Hollande sprach von einem "Kriegsakt" des IS. Er will den Ausnahmezustand auf drei Monate verlängern, berichtete die französische Nachrichtenagentur AFP. Im Internet war eine zunächst nicht verifizierbare Erklärung aufgetaucht, in der sich der IS zu den Anschlägen bekennt. Frankreich wird angedroht: "Dieser Überfall ist nur der erste Tropfen Regen und eine Warnung."

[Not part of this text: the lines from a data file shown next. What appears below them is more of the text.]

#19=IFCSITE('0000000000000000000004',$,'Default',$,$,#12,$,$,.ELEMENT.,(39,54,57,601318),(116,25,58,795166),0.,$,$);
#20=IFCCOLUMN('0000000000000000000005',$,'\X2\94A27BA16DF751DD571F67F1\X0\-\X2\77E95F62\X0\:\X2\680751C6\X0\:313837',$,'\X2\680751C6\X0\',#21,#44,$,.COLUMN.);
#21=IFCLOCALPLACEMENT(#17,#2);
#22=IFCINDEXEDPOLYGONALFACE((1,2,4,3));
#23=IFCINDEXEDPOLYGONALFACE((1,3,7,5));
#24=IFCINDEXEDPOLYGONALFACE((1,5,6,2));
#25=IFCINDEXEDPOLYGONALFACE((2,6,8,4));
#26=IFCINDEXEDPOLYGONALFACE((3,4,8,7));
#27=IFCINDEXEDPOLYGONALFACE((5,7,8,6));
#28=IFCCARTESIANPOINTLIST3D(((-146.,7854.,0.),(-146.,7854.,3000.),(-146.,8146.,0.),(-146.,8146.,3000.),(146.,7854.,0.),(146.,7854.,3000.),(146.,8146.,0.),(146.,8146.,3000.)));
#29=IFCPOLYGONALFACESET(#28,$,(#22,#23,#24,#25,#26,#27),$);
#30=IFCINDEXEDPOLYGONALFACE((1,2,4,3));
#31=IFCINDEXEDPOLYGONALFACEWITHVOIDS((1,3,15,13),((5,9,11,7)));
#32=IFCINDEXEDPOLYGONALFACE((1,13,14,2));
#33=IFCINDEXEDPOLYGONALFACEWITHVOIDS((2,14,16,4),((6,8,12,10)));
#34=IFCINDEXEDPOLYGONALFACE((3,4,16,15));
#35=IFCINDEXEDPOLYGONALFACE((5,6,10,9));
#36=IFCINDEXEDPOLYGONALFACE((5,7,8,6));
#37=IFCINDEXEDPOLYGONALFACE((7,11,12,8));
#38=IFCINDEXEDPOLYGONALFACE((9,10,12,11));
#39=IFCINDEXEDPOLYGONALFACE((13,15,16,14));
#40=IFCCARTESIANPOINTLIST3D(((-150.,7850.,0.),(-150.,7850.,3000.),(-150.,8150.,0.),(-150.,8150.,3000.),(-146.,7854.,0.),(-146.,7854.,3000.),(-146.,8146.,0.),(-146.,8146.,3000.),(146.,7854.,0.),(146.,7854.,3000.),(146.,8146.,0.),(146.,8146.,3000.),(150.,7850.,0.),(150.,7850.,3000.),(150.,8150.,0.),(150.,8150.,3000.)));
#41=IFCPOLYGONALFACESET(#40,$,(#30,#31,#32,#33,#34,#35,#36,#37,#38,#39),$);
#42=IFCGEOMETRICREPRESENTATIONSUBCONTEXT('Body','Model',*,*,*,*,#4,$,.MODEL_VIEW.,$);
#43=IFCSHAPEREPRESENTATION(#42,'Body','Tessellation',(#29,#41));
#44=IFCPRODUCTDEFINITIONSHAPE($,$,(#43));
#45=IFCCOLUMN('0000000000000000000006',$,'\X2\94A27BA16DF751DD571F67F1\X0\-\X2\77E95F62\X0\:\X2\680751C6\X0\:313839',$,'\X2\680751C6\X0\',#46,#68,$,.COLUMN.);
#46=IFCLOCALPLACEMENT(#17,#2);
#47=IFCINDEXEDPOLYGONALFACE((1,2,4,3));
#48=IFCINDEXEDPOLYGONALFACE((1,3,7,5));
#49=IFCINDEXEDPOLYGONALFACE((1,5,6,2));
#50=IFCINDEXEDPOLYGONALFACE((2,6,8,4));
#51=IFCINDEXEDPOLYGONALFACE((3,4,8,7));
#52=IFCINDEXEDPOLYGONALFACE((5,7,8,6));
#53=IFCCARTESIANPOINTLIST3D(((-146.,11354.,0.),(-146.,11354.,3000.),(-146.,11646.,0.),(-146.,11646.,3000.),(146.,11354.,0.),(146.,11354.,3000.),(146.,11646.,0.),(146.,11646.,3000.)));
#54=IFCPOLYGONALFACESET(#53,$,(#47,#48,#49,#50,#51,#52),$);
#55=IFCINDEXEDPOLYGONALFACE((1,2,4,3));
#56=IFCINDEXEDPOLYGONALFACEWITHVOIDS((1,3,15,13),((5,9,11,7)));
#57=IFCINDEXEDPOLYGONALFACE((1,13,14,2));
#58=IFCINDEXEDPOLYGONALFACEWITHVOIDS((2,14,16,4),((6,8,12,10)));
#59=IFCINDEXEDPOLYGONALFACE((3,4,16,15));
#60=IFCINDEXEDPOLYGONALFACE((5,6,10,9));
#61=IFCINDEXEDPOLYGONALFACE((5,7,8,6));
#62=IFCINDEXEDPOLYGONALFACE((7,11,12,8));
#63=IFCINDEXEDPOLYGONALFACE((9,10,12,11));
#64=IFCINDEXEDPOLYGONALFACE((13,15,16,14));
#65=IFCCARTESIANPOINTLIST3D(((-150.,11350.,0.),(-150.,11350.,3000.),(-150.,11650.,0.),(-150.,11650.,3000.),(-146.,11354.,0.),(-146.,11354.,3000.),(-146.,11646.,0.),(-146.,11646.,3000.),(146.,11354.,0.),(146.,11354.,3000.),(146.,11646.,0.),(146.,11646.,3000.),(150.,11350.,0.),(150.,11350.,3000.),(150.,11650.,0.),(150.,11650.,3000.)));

Im Kampf gegen den IS wollen die USA und Frankreich stärker zusammenarbeiten. Nach Pentagon-Angaben verständigten sich US-Verteidigungsminister Ashton Carter und sein Amtskollege Jean-Yves Le Drian auf "konkrete Maßnahmen", die das Militär beider Seiten "zur Intensivierung der engen Kooperation ergreifen sollte". Die Top-Wirtschaftsmächte (G20) berieten auf ihrem Gipfel in der Türkei ein schärferes Vorgehen gegen den Terrorismus.

In Deutschland schickt die Bundespolizei verstärkt Einsatzkräfte an die Grenze zu Frankreich, intensiviert Streifen an Flughäfen und Bahnhöfen. De Maizière sagte, die Gefährdungslage sei hoch.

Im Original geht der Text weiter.